→ YOUR INSTRUCTIONS
Produce word for word the lines of the data below running from the one that has "# Site, building, storey" to the one that has "building_placement = place(site_placement, origin_with_axes())", inclusive, and no others.

(Stored items)
========================================================================
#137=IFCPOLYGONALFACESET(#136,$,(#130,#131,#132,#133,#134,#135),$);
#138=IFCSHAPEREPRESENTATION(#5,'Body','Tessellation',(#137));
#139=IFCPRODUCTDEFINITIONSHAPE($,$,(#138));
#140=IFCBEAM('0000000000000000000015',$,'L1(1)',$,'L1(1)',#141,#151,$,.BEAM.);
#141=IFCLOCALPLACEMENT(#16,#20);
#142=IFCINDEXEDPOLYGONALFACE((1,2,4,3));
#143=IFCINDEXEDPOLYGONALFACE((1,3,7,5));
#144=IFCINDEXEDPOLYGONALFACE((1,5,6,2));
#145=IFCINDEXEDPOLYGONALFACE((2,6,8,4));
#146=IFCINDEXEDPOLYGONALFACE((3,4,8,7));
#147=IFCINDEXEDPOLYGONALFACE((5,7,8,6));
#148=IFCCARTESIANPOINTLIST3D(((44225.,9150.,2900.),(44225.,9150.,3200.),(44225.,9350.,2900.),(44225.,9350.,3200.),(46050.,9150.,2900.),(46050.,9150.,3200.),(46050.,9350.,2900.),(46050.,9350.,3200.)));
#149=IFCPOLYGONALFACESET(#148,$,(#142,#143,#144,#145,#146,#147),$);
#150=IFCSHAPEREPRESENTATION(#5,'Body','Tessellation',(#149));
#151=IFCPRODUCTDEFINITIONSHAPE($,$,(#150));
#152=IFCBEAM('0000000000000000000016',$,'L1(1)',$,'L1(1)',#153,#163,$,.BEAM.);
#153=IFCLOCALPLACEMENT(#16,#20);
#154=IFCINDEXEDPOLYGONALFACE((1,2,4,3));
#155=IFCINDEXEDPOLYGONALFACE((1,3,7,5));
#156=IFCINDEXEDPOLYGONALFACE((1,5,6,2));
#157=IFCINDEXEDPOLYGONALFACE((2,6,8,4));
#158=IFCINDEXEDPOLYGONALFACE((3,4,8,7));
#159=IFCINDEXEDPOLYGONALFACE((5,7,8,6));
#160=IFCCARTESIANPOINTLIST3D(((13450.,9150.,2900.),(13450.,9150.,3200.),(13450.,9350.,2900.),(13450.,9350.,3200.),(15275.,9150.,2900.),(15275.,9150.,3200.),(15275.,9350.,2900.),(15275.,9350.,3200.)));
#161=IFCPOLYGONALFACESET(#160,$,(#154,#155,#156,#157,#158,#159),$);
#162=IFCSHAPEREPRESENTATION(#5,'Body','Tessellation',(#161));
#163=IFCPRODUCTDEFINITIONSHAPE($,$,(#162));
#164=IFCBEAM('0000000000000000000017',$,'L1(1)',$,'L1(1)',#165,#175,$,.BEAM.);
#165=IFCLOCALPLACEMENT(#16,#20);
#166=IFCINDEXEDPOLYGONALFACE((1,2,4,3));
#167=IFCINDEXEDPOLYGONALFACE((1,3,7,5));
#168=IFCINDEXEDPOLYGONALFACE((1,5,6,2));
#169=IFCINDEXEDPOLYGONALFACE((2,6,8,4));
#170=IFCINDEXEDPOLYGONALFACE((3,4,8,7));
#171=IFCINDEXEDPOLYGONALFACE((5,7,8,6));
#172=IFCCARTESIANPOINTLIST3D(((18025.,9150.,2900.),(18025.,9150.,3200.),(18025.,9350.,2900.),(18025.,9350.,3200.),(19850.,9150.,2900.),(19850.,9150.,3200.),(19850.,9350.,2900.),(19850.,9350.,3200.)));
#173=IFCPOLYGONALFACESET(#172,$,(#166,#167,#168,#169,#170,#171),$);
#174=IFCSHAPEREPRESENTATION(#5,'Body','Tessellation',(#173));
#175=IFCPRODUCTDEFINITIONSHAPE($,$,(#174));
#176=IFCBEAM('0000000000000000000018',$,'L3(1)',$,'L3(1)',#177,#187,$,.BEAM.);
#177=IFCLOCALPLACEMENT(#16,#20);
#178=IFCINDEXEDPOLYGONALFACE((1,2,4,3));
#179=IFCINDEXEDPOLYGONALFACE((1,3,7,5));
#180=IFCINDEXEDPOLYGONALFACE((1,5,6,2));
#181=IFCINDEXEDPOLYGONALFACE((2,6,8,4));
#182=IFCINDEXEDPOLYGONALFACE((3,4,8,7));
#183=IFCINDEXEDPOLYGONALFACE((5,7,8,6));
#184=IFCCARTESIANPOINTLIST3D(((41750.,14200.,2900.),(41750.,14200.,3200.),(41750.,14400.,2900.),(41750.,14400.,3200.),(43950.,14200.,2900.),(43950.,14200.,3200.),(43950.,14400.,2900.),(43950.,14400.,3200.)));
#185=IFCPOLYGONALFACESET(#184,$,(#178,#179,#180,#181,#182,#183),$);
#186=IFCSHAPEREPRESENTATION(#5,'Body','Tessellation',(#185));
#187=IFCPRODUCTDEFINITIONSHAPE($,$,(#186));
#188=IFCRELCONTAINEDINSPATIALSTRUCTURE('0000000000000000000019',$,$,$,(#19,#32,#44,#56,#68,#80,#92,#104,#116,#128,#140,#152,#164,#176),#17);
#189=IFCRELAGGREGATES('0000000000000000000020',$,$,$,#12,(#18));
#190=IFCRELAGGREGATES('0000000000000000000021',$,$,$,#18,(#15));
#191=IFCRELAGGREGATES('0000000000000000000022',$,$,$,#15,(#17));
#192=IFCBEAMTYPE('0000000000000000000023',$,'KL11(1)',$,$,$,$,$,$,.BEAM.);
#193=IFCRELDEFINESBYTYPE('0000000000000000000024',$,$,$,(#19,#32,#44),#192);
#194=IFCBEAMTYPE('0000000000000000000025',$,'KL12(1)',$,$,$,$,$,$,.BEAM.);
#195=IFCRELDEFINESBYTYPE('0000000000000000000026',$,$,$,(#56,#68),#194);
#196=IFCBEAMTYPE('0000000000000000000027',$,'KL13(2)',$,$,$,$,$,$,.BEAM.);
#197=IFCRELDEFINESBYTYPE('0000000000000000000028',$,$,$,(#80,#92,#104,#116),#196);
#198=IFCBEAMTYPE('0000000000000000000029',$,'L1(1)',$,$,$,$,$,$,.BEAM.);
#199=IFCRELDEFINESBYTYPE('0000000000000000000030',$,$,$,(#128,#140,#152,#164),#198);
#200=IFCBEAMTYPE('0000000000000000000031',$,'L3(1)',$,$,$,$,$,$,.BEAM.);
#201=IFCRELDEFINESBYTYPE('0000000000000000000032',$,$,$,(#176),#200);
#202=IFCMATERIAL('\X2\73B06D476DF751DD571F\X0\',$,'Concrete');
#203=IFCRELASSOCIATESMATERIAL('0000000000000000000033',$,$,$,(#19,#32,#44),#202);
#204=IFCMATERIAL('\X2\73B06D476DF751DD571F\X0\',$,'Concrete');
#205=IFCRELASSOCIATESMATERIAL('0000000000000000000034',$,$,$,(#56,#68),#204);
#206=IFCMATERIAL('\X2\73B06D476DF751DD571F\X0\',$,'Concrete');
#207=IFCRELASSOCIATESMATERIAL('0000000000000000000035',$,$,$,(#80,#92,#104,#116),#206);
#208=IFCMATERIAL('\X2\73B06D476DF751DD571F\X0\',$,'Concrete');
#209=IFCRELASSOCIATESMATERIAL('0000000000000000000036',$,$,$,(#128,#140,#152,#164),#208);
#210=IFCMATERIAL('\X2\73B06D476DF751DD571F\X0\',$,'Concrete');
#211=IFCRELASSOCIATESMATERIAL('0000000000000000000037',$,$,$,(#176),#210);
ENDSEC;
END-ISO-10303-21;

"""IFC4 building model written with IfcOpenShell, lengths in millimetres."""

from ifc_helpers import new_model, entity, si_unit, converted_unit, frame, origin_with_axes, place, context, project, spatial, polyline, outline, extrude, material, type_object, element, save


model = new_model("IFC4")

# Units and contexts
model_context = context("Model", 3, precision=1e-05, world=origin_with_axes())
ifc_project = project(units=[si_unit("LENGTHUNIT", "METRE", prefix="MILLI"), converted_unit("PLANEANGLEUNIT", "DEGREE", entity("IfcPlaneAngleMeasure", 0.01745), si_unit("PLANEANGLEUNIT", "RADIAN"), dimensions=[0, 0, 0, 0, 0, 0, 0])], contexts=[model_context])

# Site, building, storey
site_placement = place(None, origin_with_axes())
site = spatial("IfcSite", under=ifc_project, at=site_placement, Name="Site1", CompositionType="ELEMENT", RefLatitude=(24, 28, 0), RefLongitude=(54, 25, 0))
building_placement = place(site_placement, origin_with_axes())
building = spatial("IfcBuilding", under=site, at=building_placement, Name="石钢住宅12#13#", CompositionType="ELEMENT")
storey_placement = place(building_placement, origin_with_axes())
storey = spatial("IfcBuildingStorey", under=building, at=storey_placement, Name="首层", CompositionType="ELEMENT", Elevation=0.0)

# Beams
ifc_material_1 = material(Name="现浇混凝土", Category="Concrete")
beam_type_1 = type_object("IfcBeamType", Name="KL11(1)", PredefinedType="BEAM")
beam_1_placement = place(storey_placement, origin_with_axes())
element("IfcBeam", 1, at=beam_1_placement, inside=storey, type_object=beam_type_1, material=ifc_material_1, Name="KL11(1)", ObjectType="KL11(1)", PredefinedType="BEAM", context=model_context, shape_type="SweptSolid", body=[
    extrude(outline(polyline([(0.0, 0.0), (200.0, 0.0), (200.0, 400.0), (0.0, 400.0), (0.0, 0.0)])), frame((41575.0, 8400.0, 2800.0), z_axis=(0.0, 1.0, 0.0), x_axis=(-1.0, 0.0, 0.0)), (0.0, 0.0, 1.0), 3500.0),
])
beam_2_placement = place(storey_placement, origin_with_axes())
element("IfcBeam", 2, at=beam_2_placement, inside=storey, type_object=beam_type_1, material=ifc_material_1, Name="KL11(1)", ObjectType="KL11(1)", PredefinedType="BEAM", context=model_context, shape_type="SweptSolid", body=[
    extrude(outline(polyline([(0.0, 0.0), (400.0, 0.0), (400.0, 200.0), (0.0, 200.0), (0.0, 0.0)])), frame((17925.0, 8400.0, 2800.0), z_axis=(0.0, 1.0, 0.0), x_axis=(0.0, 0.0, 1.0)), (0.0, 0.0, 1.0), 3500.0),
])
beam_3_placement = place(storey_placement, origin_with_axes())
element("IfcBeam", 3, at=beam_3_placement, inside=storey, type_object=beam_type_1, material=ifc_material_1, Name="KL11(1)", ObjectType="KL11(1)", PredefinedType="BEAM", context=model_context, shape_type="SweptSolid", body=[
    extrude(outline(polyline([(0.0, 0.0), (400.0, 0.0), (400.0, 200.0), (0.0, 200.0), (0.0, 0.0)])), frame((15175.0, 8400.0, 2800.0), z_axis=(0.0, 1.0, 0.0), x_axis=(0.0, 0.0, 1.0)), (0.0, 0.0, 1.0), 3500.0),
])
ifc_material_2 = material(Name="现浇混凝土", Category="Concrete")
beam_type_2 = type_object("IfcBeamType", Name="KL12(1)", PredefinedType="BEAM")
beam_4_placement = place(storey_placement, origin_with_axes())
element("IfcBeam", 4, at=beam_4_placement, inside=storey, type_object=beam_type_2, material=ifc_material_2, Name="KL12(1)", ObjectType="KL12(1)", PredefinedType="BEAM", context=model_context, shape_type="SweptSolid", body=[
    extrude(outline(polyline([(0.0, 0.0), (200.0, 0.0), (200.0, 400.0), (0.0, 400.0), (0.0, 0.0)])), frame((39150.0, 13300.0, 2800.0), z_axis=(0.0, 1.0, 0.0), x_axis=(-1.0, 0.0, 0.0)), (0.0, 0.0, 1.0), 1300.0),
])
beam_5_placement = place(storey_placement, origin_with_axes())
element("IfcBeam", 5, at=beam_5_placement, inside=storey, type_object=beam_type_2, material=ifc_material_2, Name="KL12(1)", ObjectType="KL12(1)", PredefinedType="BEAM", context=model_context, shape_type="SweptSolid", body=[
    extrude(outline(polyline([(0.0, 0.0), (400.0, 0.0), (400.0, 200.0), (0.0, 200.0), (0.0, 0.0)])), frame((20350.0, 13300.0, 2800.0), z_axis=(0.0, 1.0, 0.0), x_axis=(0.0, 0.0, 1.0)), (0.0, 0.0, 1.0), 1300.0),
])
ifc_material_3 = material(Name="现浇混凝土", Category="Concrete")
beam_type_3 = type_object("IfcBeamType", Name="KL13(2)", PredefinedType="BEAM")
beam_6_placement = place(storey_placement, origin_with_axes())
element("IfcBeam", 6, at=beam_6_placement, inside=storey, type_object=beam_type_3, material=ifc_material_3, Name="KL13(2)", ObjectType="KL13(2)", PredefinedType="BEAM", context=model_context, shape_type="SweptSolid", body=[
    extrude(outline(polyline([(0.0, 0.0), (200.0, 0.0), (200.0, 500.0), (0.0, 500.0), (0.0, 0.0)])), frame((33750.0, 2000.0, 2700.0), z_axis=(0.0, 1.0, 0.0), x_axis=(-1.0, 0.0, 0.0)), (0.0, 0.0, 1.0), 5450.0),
========================================================================
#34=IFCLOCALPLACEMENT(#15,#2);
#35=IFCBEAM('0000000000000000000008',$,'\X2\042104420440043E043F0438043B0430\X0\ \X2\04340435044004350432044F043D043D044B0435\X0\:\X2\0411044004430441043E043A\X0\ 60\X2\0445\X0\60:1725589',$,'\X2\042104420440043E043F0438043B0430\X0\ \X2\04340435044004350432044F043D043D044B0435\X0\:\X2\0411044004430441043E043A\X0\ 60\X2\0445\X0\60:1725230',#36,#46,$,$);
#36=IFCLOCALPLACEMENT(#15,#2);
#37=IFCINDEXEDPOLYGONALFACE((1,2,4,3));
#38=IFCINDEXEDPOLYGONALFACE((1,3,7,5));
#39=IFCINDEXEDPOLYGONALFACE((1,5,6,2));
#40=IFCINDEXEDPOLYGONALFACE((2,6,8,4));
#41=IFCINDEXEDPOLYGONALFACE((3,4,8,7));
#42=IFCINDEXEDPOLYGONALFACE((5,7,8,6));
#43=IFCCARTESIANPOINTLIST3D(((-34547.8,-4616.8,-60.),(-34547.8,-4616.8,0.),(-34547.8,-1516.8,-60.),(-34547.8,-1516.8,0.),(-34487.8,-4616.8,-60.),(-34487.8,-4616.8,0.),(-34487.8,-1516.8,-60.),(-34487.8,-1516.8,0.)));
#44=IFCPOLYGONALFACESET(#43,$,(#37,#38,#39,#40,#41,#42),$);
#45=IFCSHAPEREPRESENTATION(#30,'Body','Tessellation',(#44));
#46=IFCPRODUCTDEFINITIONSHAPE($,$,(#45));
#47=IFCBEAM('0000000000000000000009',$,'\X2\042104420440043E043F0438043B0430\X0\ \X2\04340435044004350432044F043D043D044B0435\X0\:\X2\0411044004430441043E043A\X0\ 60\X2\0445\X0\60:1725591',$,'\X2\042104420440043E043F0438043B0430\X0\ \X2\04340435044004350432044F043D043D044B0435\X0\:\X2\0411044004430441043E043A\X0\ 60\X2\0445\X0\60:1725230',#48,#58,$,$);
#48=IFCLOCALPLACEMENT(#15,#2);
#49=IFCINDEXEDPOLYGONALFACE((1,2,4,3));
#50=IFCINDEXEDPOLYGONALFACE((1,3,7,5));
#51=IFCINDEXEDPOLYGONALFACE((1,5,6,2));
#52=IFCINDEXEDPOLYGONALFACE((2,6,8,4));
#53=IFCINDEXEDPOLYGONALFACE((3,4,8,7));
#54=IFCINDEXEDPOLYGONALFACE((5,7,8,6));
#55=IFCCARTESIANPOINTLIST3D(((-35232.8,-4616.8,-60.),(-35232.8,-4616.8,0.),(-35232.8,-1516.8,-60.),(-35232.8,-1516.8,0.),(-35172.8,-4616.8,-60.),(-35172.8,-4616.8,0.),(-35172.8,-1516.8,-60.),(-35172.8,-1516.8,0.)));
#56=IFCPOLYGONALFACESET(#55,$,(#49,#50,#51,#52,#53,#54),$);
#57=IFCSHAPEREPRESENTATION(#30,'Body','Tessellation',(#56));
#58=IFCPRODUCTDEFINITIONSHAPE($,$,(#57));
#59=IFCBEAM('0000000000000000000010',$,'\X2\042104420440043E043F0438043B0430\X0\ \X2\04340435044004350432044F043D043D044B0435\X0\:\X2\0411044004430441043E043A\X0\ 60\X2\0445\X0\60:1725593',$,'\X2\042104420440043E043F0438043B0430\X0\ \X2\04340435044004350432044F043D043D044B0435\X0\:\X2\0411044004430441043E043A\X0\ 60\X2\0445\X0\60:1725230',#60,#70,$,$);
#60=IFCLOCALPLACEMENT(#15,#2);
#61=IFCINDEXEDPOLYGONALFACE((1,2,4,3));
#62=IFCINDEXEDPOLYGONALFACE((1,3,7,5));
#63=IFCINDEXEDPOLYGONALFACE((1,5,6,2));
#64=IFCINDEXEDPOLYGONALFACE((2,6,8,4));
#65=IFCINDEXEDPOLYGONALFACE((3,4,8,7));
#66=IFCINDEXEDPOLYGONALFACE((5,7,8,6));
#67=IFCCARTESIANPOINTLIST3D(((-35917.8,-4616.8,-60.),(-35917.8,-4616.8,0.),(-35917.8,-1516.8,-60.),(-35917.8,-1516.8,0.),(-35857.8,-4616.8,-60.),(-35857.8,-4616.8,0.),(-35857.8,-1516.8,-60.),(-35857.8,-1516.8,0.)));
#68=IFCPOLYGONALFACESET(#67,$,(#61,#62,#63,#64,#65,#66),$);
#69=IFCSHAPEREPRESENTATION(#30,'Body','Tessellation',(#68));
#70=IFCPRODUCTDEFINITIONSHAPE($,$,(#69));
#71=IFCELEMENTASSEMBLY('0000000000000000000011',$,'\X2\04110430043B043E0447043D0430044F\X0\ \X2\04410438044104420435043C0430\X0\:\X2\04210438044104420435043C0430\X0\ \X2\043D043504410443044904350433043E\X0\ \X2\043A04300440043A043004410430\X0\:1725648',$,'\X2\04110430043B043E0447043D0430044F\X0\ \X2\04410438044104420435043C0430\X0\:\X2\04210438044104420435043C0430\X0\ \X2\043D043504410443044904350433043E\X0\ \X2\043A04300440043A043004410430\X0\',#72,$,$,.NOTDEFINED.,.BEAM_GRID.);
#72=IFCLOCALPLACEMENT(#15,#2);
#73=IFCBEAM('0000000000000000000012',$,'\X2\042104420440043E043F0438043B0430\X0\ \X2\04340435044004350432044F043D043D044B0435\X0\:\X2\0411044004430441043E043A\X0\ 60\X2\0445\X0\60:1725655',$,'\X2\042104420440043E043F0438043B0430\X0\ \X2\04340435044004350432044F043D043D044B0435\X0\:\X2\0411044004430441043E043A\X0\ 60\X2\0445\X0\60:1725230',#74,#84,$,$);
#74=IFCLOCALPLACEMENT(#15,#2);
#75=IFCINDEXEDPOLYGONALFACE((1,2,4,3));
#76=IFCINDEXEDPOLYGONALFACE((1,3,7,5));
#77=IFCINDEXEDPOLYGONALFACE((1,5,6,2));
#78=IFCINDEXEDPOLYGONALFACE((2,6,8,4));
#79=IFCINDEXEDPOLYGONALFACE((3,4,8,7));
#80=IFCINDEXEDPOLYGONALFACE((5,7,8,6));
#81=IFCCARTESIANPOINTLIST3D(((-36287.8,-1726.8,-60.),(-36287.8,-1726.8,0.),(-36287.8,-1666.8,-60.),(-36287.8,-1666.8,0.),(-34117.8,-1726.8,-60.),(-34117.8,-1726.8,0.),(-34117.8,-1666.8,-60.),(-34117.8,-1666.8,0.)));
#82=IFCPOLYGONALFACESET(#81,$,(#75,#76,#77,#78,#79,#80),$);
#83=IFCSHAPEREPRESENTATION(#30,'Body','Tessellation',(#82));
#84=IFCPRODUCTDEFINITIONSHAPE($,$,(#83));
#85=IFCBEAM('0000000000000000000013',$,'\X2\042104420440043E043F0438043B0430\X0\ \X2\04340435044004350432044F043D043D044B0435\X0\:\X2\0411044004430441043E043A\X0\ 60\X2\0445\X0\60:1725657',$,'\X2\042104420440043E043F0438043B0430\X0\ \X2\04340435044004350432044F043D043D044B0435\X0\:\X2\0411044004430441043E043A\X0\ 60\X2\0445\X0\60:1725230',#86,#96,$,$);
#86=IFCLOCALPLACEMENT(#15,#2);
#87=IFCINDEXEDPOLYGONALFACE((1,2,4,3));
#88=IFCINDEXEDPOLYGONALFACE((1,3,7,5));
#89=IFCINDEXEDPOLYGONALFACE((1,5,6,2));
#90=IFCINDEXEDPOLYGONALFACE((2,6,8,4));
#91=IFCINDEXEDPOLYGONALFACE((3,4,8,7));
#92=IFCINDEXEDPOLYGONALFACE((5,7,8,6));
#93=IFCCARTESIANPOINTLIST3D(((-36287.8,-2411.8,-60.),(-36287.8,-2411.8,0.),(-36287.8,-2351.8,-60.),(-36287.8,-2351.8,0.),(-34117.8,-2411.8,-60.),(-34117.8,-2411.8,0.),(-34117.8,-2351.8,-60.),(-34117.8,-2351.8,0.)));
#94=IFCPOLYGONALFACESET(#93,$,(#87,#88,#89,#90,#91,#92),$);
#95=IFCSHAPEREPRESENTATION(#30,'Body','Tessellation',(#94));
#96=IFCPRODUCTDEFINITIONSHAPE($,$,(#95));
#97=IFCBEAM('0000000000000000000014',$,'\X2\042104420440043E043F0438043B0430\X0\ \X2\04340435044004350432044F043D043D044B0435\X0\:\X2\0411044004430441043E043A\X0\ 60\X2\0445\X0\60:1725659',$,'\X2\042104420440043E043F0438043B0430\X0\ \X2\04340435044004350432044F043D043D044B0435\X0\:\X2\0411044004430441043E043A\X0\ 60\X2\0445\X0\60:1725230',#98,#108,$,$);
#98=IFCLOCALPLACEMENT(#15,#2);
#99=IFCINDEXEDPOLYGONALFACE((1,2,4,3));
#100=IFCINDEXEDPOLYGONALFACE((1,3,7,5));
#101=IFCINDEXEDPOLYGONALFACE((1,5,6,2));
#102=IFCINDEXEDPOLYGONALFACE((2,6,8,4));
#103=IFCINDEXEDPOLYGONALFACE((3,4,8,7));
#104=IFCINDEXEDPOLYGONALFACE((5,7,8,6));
========================================================================
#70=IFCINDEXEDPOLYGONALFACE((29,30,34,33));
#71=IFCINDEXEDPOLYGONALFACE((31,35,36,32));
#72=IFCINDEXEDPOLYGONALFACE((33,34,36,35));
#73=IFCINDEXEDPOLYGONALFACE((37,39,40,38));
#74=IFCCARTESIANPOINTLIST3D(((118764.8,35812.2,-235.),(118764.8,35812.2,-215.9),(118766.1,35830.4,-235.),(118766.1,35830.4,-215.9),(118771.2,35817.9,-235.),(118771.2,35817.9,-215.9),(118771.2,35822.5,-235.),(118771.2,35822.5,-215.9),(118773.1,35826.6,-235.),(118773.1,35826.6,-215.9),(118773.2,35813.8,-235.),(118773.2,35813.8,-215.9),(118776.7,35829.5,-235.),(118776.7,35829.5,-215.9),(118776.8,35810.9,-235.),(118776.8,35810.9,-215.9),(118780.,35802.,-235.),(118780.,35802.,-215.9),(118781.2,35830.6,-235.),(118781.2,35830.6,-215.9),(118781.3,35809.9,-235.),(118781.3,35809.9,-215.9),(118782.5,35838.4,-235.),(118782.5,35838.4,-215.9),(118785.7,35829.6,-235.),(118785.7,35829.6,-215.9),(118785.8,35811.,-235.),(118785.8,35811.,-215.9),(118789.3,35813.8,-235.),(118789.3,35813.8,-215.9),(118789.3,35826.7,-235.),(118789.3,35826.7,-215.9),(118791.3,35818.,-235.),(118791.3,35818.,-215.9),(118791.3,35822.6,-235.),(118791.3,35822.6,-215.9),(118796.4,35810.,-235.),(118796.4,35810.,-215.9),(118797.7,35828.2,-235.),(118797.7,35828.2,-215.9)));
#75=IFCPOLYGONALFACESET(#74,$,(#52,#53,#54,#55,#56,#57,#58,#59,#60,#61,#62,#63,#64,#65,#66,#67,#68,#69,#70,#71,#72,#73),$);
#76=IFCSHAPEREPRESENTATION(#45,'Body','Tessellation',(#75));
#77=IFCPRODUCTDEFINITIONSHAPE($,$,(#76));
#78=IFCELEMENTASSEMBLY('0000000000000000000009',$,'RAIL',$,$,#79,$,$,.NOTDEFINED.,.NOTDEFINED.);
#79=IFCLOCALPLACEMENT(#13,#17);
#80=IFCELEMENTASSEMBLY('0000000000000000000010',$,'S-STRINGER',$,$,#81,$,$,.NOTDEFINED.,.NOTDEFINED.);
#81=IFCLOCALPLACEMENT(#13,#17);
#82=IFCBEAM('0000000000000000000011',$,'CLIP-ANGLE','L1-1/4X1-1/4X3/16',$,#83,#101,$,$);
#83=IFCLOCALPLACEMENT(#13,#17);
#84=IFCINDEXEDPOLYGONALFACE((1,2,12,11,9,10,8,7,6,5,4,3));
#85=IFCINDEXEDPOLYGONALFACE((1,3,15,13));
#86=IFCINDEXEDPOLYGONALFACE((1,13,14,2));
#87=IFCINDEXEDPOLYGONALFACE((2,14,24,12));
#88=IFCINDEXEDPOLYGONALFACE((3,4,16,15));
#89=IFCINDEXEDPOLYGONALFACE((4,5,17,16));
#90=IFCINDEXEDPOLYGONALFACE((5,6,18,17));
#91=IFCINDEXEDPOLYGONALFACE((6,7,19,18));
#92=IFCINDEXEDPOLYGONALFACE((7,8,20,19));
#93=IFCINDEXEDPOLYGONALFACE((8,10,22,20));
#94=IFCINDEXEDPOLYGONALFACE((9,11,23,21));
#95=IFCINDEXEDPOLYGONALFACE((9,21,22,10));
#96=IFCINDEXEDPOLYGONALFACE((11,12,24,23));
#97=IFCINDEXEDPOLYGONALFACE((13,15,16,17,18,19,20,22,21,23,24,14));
========================================================================
→ SOLUTION FOR THIS PROBLEM
# Site, building, storey
site_placement = place(None, origin_with_axes())
site = spatial("IfcSite", under=ifc_project, at=site_placement, Name="Site1", CompositionType="ELEMENT", RefLatitude=(24, 28, 0), RefLongitude=(54, 25, 0))
building_placement = place(site_placement, origin_with_axes())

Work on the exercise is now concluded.